**Records excerpted from a collection**:
Start of Block
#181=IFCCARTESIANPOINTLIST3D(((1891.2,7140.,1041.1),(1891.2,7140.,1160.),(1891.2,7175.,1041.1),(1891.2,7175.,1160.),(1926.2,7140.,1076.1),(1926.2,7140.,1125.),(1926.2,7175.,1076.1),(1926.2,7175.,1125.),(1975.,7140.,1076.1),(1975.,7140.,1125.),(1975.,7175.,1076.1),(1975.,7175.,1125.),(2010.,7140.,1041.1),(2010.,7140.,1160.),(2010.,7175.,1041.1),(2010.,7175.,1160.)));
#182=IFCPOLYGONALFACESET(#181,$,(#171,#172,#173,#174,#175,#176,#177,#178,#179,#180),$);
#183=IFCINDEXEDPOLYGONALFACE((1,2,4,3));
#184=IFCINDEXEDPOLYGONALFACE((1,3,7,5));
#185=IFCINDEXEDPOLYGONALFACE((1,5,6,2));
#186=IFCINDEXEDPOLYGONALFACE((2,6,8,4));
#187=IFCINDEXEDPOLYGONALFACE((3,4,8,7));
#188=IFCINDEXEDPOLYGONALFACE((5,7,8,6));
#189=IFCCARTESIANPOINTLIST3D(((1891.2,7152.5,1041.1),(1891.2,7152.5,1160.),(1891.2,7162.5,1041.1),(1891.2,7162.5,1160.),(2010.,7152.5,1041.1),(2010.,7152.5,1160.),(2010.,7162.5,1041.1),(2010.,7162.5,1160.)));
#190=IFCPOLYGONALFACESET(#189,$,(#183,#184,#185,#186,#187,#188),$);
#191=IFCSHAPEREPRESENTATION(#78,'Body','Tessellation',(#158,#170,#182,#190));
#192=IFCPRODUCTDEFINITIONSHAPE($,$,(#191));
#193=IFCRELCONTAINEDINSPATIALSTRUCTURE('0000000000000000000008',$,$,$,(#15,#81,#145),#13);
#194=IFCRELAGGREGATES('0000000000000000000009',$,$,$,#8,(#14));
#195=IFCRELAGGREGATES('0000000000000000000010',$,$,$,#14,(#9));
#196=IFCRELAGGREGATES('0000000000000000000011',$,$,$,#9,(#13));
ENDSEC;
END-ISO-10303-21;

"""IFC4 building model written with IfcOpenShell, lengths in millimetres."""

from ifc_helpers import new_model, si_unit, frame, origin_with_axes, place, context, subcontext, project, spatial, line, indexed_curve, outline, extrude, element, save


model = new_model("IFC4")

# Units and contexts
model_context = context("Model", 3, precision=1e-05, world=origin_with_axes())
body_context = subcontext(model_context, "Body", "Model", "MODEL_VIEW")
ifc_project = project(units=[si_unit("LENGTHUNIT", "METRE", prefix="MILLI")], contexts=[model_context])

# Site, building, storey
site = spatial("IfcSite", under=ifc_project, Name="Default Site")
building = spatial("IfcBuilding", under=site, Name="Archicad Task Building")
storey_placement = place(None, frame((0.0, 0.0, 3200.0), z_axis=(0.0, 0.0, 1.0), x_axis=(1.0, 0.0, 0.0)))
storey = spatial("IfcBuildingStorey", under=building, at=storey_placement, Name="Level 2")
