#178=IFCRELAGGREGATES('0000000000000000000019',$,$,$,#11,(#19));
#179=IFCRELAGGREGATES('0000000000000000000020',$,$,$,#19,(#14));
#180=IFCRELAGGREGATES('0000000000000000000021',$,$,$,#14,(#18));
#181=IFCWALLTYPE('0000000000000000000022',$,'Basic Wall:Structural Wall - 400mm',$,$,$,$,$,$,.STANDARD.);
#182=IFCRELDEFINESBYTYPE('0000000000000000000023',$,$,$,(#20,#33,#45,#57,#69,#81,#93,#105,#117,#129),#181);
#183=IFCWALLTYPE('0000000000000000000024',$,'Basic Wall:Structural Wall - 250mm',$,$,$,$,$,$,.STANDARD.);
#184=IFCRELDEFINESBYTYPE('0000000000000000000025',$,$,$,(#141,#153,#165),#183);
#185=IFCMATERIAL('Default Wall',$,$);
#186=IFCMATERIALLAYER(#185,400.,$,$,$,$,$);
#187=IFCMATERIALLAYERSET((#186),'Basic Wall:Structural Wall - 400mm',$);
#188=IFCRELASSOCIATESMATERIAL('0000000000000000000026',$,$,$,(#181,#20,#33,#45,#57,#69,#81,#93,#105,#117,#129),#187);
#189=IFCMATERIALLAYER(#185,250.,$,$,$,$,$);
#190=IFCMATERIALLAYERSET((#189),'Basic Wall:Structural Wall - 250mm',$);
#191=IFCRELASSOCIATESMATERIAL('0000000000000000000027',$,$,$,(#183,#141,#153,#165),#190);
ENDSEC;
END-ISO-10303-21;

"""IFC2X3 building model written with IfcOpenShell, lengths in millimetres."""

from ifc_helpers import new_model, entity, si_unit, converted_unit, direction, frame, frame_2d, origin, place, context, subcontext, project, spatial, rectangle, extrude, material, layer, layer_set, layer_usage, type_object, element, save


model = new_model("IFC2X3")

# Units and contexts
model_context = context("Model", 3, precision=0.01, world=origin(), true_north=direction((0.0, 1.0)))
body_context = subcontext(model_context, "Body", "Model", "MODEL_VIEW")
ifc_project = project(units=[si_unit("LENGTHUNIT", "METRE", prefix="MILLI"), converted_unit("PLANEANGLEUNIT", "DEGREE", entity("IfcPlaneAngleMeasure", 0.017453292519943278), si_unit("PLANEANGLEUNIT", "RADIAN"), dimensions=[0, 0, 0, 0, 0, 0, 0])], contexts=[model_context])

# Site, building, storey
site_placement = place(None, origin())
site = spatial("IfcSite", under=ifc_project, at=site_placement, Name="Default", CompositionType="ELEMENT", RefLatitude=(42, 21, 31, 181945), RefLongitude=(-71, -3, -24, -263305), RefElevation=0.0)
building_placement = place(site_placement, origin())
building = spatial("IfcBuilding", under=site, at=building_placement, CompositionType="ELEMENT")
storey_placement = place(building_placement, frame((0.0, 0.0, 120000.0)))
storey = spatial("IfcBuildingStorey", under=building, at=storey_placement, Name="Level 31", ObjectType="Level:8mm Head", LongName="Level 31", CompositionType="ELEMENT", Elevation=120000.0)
End of Block
Start of Block
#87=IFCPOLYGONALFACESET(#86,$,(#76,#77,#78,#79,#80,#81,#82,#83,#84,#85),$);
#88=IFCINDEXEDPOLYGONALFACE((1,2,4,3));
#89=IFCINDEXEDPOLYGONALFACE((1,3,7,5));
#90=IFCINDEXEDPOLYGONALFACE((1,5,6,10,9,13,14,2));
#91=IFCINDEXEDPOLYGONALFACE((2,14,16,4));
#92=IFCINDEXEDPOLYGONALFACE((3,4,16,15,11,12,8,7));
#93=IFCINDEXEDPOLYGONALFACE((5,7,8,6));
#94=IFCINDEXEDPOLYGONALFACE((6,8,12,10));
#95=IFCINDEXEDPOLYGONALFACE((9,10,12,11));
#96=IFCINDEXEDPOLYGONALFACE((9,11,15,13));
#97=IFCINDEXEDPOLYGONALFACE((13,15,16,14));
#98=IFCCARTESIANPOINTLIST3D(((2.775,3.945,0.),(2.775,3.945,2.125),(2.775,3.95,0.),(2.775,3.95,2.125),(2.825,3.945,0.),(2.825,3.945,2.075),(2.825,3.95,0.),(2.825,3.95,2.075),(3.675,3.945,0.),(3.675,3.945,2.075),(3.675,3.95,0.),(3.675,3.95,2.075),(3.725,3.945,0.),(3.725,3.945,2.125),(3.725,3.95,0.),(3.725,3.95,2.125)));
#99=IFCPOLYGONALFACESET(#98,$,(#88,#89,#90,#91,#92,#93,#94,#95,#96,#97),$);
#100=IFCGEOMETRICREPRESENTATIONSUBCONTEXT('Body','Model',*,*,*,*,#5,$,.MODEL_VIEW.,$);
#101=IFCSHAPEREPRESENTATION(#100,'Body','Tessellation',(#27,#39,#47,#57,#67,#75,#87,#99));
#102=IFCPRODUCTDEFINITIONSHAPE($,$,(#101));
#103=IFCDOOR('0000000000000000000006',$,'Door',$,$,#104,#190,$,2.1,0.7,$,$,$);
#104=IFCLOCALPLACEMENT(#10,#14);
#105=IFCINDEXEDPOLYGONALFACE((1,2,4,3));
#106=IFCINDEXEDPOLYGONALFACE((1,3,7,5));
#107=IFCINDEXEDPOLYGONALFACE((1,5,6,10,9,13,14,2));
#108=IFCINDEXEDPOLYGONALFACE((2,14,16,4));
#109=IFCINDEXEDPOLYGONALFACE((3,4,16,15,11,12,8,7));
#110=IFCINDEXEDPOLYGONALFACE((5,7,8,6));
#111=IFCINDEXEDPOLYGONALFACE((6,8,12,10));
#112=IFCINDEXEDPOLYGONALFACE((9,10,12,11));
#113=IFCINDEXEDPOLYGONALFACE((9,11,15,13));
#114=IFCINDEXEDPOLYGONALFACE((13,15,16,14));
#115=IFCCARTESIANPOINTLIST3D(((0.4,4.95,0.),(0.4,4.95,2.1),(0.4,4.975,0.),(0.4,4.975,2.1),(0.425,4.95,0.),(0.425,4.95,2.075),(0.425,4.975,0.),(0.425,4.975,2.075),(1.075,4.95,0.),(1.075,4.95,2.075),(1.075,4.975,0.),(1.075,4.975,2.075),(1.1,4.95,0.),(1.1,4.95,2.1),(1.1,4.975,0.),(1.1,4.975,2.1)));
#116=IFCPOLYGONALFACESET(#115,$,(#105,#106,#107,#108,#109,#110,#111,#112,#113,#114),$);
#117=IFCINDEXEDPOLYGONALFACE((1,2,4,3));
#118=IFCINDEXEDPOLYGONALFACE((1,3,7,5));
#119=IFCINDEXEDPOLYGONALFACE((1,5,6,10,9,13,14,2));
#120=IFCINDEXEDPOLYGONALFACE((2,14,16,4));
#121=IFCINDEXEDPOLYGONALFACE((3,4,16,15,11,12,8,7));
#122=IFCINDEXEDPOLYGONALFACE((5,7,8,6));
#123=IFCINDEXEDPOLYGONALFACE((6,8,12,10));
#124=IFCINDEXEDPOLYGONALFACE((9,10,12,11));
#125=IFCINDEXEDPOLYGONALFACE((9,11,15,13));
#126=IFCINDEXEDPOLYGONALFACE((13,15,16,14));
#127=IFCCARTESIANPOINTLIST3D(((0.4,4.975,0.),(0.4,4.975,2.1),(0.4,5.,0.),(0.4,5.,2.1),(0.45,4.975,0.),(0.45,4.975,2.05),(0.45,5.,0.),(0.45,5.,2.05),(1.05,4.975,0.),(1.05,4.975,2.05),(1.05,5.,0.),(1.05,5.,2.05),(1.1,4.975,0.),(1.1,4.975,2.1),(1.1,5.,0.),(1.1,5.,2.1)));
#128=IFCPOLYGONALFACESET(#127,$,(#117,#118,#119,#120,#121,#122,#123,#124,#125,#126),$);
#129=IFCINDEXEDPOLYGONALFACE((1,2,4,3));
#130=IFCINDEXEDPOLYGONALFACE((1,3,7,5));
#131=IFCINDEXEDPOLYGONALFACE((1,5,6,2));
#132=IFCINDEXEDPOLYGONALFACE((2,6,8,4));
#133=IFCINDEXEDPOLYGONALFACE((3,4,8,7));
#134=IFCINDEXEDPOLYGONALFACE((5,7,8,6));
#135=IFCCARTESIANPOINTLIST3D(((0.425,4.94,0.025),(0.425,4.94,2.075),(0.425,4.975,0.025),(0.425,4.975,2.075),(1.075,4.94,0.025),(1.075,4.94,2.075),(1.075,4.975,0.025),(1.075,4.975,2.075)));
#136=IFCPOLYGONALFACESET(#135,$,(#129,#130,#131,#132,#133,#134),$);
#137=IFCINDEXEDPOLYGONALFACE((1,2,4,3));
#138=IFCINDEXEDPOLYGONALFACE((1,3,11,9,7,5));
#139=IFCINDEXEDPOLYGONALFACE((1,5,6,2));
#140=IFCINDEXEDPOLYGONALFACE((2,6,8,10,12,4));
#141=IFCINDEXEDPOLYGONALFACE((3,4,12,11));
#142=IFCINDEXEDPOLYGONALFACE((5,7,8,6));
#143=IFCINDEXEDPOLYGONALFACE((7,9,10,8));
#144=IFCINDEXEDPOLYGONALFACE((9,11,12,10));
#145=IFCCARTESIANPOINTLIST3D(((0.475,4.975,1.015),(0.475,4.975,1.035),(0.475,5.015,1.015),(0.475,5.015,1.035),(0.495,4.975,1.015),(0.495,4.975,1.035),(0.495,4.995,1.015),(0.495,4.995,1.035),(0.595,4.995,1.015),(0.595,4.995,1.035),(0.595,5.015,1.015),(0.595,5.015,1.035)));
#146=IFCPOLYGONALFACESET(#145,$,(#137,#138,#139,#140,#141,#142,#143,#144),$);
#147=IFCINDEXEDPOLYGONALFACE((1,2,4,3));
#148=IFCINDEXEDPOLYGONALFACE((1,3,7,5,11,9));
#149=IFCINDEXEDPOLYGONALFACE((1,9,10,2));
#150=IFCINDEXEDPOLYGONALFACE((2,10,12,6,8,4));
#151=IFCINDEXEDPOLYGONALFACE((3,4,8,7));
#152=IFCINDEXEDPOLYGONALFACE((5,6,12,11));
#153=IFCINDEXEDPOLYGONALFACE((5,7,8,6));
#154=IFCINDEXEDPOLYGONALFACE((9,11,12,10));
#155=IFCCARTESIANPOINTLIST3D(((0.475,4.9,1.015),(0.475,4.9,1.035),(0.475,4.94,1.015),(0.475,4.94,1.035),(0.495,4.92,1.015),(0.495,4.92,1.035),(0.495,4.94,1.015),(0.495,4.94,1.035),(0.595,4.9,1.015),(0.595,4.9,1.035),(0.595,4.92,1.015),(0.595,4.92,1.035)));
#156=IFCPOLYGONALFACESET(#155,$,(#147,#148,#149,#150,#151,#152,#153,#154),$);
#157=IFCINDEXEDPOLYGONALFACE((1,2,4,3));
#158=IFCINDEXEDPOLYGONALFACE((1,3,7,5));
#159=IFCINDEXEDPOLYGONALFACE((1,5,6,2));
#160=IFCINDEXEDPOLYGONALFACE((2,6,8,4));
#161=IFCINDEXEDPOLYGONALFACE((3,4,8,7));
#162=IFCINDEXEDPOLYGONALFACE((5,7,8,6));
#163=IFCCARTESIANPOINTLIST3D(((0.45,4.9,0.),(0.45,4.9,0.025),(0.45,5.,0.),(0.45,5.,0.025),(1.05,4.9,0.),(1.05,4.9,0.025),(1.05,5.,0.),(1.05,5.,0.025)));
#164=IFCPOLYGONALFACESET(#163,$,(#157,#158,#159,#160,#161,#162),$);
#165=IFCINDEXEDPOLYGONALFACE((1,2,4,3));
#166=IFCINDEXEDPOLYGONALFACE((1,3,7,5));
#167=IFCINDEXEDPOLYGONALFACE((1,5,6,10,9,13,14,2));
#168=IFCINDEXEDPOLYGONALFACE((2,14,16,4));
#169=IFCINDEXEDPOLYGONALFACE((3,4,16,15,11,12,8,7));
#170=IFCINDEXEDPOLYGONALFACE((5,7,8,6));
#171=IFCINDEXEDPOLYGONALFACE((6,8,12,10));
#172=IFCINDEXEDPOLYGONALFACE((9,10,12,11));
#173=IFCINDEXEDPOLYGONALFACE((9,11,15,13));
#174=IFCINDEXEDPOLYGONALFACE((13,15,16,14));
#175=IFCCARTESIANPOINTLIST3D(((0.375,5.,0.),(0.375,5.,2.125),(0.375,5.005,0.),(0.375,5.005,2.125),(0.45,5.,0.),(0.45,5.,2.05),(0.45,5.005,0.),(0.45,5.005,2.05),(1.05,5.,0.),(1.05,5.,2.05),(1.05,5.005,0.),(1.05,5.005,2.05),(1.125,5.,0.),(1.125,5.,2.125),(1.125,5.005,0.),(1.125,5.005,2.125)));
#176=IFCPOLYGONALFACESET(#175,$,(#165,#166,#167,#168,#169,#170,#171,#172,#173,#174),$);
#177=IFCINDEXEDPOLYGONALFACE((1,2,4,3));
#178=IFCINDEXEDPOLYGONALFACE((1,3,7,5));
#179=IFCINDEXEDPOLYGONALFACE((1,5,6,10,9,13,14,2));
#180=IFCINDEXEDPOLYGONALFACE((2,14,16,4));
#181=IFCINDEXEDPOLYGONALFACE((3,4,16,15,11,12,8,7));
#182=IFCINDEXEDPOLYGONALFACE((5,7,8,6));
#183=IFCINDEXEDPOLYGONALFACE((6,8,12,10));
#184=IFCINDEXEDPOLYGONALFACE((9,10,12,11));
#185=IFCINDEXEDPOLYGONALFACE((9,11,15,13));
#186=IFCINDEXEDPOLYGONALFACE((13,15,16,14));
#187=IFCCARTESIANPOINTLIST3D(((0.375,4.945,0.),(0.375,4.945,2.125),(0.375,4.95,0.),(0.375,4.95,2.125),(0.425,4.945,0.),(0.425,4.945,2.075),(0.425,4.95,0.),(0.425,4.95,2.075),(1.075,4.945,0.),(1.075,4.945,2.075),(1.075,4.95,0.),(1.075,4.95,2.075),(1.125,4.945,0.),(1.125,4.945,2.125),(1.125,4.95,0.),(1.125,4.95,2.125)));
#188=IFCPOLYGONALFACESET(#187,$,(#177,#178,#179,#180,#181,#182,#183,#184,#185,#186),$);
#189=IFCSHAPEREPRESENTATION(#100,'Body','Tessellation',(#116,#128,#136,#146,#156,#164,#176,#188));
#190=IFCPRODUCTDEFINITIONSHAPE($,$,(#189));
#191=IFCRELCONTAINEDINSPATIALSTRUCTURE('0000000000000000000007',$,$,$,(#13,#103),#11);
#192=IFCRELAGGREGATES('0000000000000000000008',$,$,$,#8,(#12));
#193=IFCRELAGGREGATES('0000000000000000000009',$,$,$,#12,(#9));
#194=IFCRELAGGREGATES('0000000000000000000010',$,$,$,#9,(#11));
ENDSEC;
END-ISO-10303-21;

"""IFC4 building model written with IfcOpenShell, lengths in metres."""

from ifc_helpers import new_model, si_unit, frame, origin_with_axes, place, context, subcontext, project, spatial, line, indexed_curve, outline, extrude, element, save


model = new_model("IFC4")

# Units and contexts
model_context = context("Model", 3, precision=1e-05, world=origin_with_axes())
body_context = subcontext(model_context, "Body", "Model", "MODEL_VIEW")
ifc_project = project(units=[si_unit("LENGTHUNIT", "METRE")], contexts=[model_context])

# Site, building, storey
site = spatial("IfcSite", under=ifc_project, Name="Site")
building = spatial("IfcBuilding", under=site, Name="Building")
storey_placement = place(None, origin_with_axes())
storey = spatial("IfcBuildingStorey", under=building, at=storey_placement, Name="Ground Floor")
End of Block
**What to work on**: When you reach the line with "#97=IFCINDEXEDPOLYGONALFACE((13,15,16,14));" in the records above, start writing out lines exactly, and stop once the line with "#112=IFCINDEXEDPOLYGONALFACE((9,10,12,11));" has been written; include nothing else.

**Written reply**:
#97=IFCINDEXEDPOLYGONALFACE((13,15,16,14));
#98=IFCCARTESIANPOINTLIST3D(((2.775,3.945,0.),(2.775,3.945,2.125),(2.775,3.95,0.),(2.775,3.95,2.125),(2.825,3.945,0.),(2.825,3.945,2.075),(2.825,3.95,0.),(2.825,3.95,2.075),(3.675,3.945,0.),(3.675,3.945,2.075),(3.675,3.95,0.),(3.675,3.95,2.075),(3.725,3.945,0.),(3.725,3.945,2.125),(3.725,3.95,0.),(3.725,3.95,2.125)));
#99=IFCPOLYGONALFACESET(#98,$,(#88,#89,#90,#91,#92,#93,#94,#95,#96,#97),$);
#100=IFCGEOMETRICREPRESENTATIONSUBCONTEXT('Body','Model',*,*,*,*,#5,$,.MODEL_VIEW.,$);
#101=IFCSHAPEREPRESENTATION(#100,'Body','Tessellation',(#27,#39,#47,#57,#67,#75,#87,#99));
#102=IFCPRODUCTDEFINITIONSHAPE($,$,(#101));
#103=IFCDOOR('0000000000000000000006',$,'Door',$,$,#104,#190,$,2.1,0.7,$,$,$);
#104=IFCLOCALPLACEMENT(#10,#14);
#105=IFCINDEXEDPOLYGONALFACE((1,2,4,3));
#106=IFCINDEXEDPOLYGONALFACE((1,3,7,5));
#107=IFCINDEXEDPOLYGONALFACE((1,5,6,10,9,13,14,2));
#108=IFCINDEXEDPOLYGONALFACE((2,14,16,4));
#109=IFCINDEXEDPOLYGONALFACE((3,4,16,15,11,12,8,7));
#110=IFCINDEXEDPOLYGONALFACE((5,7,8,6));
#111=IFCINDEXEDPOLYGONALFACE((6,8,12,10));
#112=IFCINDEXEDPOLYGONALFACE((9,10,12,11));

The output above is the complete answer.